▶ Directions for this task
In how many lines of the entries below does "IFCARBITRARYCLOSEDPROFILEDEF" appear? Give only the number.

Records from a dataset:

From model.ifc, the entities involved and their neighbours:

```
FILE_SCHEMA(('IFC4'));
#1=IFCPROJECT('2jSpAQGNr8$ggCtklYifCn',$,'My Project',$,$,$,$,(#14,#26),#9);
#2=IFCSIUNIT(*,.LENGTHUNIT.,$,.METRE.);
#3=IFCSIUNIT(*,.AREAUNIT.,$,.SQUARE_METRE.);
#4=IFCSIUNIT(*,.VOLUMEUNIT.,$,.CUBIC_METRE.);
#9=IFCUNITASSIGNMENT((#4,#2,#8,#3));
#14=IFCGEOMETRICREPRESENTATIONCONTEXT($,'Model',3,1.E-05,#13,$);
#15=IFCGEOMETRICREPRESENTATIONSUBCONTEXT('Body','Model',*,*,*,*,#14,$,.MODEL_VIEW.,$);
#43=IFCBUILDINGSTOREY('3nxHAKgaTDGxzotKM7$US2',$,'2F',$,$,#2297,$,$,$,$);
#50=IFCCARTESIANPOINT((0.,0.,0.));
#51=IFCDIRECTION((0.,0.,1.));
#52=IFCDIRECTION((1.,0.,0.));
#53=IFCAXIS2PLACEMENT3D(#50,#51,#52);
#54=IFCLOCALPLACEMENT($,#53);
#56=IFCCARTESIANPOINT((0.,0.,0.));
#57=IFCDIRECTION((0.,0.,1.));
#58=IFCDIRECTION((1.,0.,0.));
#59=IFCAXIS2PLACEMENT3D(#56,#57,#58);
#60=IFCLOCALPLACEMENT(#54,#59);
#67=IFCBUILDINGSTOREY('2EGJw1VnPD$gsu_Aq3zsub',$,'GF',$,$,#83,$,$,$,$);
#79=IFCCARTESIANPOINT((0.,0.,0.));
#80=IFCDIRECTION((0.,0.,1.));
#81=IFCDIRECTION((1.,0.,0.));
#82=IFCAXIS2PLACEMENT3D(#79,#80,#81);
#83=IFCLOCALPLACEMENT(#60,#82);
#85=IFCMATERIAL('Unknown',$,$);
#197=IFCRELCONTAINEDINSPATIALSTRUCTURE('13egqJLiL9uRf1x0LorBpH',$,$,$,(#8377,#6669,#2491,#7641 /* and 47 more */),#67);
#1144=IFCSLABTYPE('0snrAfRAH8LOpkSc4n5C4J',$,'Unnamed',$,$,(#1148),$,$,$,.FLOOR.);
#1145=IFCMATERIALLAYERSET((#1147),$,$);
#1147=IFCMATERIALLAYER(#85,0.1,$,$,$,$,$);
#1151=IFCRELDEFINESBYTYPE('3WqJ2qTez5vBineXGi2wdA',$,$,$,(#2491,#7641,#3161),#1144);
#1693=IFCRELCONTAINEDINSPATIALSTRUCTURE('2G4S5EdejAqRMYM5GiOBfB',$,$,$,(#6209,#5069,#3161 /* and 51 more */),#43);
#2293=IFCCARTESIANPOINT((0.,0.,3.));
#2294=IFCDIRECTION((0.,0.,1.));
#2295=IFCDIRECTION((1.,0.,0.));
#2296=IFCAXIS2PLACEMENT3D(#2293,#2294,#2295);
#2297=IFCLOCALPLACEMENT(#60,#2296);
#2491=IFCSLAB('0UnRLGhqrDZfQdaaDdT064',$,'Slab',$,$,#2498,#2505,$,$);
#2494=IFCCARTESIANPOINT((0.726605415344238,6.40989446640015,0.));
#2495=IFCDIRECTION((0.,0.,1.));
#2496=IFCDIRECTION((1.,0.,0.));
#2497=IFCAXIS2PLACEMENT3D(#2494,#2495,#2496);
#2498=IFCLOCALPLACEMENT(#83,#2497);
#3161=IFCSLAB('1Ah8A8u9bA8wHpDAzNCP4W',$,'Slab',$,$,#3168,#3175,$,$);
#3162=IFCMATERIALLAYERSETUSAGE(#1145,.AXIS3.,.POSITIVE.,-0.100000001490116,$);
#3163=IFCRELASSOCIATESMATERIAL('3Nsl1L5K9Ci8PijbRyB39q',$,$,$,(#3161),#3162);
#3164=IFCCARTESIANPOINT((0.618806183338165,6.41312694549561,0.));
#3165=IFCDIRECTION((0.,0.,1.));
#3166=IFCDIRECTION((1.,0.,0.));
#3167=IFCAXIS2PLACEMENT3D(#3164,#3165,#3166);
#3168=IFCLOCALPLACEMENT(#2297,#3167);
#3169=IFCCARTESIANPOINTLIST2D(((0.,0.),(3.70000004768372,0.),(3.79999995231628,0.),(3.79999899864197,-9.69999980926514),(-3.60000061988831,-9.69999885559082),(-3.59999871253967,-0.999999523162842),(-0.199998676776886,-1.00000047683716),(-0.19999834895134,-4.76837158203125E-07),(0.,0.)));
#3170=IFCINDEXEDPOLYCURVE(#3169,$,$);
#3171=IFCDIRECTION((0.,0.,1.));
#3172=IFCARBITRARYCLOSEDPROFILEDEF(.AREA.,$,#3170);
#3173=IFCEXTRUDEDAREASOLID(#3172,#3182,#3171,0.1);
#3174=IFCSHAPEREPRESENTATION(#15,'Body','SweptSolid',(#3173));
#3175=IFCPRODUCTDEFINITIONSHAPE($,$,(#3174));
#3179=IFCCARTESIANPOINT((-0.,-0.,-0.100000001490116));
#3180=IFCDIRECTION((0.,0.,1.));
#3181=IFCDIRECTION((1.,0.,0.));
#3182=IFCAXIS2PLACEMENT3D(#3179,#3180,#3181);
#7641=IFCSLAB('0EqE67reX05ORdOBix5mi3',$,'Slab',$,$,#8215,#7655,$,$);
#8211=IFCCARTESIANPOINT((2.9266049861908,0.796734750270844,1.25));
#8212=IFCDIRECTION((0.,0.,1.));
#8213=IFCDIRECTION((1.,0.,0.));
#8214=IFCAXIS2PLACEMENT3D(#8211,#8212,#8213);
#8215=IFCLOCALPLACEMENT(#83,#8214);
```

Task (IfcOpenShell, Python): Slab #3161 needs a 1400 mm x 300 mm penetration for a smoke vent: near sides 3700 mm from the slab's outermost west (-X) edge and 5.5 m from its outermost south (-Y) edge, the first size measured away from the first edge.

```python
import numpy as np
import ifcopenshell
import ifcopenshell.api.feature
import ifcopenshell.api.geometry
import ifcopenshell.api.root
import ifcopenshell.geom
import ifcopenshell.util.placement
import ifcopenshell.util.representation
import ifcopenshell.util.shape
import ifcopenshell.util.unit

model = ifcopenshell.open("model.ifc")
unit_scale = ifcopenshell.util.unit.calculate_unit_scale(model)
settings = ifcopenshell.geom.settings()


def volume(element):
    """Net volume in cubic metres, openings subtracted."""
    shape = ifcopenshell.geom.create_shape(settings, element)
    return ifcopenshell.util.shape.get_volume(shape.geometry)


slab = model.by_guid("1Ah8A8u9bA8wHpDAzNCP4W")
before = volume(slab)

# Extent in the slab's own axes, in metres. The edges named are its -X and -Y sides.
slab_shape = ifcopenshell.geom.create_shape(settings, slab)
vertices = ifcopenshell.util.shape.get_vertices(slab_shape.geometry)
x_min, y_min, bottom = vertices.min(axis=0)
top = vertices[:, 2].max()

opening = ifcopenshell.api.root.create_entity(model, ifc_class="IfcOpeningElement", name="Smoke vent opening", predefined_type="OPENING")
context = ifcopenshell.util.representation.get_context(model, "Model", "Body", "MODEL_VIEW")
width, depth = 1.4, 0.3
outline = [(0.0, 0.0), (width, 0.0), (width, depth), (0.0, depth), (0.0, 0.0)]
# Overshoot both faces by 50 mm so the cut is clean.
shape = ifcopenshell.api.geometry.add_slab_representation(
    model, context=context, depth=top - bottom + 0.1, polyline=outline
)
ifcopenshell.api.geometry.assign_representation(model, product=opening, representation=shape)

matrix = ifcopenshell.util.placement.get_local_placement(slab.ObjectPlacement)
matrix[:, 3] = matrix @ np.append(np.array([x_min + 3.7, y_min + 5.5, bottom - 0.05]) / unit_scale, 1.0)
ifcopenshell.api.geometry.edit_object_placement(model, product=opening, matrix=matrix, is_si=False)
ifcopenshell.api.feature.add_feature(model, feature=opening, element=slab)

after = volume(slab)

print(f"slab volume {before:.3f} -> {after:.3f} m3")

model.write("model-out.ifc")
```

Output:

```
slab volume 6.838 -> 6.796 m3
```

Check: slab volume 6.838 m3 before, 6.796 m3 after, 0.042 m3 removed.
...
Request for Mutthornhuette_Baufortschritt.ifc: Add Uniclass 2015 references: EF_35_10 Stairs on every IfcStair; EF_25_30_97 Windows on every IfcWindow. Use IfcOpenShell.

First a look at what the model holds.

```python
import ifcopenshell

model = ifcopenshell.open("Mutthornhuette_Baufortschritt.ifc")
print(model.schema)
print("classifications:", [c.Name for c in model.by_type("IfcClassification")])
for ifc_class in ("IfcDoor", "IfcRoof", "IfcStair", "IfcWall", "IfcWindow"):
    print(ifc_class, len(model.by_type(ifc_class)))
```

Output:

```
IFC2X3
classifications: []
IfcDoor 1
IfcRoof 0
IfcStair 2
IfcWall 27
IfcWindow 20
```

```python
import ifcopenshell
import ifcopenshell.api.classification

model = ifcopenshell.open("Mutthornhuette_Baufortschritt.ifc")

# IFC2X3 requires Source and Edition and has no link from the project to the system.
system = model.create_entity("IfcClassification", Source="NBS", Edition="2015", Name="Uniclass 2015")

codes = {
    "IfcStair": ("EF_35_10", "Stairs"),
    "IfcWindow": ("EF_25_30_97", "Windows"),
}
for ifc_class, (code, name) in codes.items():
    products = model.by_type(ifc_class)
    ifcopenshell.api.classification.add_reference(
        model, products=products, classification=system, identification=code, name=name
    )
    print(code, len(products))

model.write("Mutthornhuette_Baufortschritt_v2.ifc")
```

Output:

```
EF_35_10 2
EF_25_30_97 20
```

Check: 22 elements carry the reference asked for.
...
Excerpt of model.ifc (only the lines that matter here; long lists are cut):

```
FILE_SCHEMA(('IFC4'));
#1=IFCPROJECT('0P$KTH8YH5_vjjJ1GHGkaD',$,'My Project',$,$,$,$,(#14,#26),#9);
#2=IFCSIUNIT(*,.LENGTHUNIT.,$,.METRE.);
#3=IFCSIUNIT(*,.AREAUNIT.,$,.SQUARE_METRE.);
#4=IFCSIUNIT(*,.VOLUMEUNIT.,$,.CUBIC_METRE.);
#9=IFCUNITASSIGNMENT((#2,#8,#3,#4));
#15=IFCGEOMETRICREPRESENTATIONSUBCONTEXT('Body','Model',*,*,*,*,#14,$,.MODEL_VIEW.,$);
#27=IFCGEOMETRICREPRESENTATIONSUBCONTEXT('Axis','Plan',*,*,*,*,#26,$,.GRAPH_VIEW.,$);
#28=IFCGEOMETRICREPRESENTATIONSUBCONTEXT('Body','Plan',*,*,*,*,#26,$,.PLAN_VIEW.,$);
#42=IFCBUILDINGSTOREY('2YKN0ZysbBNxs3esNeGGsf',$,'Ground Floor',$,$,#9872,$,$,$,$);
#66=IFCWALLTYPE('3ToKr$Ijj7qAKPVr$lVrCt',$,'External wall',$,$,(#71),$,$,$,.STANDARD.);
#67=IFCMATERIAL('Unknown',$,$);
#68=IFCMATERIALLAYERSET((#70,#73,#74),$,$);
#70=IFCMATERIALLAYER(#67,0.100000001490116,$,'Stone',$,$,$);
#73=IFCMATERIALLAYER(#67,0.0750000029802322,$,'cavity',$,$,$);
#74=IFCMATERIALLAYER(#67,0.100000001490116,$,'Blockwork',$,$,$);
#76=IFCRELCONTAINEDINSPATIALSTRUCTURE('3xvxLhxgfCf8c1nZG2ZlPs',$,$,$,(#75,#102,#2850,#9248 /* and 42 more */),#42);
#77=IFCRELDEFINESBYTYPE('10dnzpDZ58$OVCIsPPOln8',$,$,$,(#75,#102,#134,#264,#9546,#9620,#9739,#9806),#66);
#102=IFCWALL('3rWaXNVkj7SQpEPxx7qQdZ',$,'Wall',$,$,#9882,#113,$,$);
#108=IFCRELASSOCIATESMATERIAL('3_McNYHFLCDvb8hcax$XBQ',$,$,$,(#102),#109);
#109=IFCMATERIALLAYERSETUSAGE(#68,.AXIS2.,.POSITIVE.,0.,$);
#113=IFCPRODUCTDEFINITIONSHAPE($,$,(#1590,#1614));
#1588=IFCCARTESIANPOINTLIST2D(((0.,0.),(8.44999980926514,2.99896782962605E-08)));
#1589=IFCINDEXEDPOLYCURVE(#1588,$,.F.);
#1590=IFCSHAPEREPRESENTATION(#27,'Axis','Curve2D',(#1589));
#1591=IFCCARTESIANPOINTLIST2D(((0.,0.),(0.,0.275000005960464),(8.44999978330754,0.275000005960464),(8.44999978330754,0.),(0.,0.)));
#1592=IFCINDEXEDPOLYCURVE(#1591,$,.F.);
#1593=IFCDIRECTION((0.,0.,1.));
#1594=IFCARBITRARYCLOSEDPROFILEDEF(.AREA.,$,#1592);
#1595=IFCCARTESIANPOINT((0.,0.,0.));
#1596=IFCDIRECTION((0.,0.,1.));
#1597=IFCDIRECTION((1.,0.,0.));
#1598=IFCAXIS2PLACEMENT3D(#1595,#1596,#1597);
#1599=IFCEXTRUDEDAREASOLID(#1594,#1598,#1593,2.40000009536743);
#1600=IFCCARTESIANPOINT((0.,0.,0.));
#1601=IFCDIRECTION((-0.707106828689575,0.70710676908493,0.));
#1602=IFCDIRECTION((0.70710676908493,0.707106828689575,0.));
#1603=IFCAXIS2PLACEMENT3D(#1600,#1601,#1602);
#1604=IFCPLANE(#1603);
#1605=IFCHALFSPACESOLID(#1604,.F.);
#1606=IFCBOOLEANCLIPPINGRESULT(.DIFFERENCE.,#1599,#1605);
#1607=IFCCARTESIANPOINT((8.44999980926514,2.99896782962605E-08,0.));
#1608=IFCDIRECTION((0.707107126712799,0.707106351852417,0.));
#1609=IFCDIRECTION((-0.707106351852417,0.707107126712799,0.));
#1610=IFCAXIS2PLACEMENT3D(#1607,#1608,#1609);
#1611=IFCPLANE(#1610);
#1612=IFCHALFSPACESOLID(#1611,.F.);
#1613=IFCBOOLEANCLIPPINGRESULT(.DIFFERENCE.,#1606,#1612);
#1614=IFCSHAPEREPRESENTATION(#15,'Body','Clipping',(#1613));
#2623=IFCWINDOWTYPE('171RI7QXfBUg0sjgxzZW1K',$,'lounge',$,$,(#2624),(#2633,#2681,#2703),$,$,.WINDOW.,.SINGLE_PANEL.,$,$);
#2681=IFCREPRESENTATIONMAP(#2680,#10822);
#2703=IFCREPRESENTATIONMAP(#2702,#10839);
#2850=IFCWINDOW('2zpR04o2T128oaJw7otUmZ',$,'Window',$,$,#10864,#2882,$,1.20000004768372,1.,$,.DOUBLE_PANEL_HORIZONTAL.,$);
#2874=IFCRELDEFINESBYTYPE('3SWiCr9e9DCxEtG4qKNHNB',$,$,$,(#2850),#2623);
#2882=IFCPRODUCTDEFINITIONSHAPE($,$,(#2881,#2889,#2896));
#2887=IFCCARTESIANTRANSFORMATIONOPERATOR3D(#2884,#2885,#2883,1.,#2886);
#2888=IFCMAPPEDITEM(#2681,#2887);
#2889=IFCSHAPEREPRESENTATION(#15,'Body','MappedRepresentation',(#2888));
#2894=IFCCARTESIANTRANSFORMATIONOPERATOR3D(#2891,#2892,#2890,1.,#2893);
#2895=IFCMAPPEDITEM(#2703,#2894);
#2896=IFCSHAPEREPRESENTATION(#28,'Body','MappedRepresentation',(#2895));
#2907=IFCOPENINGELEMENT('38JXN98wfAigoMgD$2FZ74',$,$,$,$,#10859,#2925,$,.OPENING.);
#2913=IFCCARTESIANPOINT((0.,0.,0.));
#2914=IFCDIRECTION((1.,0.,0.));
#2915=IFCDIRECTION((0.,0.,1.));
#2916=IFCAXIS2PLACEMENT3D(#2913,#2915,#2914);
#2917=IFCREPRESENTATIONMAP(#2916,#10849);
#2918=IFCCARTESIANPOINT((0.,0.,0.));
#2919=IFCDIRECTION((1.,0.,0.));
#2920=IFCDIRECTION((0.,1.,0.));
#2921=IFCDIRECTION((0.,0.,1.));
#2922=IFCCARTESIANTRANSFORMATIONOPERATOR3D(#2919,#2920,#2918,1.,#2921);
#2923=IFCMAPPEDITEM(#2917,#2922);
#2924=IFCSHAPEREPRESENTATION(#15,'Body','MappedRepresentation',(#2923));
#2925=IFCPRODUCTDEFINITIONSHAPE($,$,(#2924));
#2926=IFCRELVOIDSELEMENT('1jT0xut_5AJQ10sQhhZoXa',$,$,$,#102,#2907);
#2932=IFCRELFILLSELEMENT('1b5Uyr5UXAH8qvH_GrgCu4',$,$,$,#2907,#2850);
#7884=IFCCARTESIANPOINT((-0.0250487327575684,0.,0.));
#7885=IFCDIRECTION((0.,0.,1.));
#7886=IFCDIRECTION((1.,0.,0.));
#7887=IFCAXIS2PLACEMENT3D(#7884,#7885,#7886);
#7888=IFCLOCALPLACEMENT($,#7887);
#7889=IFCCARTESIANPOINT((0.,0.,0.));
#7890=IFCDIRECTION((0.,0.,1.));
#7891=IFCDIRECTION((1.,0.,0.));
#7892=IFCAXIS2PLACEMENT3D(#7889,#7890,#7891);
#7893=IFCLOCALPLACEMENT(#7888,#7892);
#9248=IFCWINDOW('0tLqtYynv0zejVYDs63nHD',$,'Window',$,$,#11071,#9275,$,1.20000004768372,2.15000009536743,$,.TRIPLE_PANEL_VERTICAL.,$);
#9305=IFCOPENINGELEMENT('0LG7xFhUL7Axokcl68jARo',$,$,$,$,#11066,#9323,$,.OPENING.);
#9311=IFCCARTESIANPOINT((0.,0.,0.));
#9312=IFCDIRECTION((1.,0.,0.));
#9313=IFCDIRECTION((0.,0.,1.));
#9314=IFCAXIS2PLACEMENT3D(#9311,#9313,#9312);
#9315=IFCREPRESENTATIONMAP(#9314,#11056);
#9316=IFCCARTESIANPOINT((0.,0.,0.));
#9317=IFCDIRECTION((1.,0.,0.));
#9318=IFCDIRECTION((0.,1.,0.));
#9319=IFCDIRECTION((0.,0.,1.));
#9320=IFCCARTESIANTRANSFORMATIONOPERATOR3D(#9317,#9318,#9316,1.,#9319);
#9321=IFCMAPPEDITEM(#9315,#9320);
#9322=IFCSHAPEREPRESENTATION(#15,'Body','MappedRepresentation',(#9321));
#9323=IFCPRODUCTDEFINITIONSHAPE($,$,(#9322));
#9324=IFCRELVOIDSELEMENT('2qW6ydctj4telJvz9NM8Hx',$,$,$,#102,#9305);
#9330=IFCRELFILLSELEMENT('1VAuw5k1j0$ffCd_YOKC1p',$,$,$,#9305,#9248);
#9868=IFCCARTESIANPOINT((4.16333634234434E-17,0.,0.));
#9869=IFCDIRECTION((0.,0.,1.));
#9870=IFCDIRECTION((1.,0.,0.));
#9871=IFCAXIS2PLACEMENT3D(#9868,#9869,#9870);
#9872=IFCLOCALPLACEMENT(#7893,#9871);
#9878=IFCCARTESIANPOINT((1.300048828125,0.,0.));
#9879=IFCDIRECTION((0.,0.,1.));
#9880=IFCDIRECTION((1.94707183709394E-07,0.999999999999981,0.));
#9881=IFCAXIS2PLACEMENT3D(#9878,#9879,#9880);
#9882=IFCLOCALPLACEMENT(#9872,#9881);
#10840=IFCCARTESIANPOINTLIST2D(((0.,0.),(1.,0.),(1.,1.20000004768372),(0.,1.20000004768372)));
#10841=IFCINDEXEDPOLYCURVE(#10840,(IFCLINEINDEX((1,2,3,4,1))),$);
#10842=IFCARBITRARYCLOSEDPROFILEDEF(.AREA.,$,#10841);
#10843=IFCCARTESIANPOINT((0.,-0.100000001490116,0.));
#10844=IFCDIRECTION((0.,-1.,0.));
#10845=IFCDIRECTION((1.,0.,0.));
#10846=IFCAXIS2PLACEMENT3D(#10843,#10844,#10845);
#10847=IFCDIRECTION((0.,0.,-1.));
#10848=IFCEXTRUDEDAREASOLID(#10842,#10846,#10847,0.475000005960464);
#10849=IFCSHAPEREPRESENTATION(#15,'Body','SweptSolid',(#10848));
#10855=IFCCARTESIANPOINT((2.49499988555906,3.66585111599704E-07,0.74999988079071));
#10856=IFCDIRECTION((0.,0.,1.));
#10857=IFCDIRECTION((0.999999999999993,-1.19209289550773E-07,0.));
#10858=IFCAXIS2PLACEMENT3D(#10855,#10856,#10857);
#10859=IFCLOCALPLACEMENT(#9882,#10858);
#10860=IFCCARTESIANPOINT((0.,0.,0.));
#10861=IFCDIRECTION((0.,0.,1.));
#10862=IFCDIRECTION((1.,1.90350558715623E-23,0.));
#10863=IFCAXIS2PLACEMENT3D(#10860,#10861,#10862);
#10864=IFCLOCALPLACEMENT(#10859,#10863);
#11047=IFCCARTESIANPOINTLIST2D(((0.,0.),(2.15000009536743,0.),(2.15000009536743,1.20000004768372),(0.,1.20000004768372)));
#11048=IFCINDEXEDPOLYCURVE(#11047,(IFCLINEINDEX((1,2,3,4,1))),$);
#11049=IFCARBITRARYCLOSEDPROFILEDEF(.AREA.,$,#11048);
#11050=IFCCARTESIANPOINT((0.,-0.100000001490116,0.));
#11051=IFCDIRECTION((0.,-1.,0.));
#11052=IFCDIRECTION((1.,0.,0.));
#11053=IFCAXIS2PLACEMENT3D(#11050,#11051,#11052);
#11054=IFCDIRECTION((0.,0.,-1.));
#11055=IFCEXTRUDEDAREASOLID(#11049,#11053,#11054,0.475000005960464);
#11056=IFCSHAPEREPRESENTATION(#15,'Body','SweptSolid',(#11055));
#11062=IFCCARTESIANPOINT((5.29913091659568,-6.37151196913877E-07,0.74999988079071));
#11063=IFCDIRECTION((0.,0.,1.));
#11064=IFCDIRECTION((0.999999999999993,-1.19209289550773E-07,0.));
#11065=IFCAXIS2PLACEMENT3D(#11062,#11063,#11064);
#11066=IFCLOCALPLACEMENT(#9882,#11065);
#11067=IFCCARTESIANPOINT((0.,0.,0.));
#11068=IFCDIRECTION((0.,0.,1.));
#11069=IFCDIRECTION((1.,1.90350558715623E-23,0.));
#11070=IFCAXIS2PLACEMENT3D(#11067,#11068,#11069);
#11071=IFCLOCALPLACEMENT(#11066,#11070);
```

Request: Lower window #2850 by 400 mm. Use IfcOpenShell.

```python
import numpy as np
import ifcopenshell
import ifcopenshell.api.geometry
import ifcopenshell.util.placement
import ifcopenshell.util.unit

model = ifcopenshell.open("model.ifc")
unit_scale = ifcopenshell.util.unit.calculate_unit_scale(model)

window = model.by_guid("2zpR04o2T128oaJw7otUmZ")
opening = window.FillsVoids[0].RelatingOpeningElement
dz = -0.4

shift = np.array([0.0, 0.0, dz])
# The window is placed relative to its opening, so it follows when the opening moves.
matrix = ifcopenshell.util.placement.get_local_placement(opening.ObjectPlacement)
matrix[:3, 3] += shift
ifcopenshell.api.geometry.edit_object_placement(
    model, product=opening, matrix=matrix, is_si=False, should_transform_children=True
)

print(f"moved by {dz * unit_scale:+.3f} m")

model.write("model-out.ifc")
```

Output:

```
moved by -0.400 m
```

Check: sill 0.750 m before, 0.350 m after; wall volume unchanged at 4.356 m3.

▶ Completed exercise
4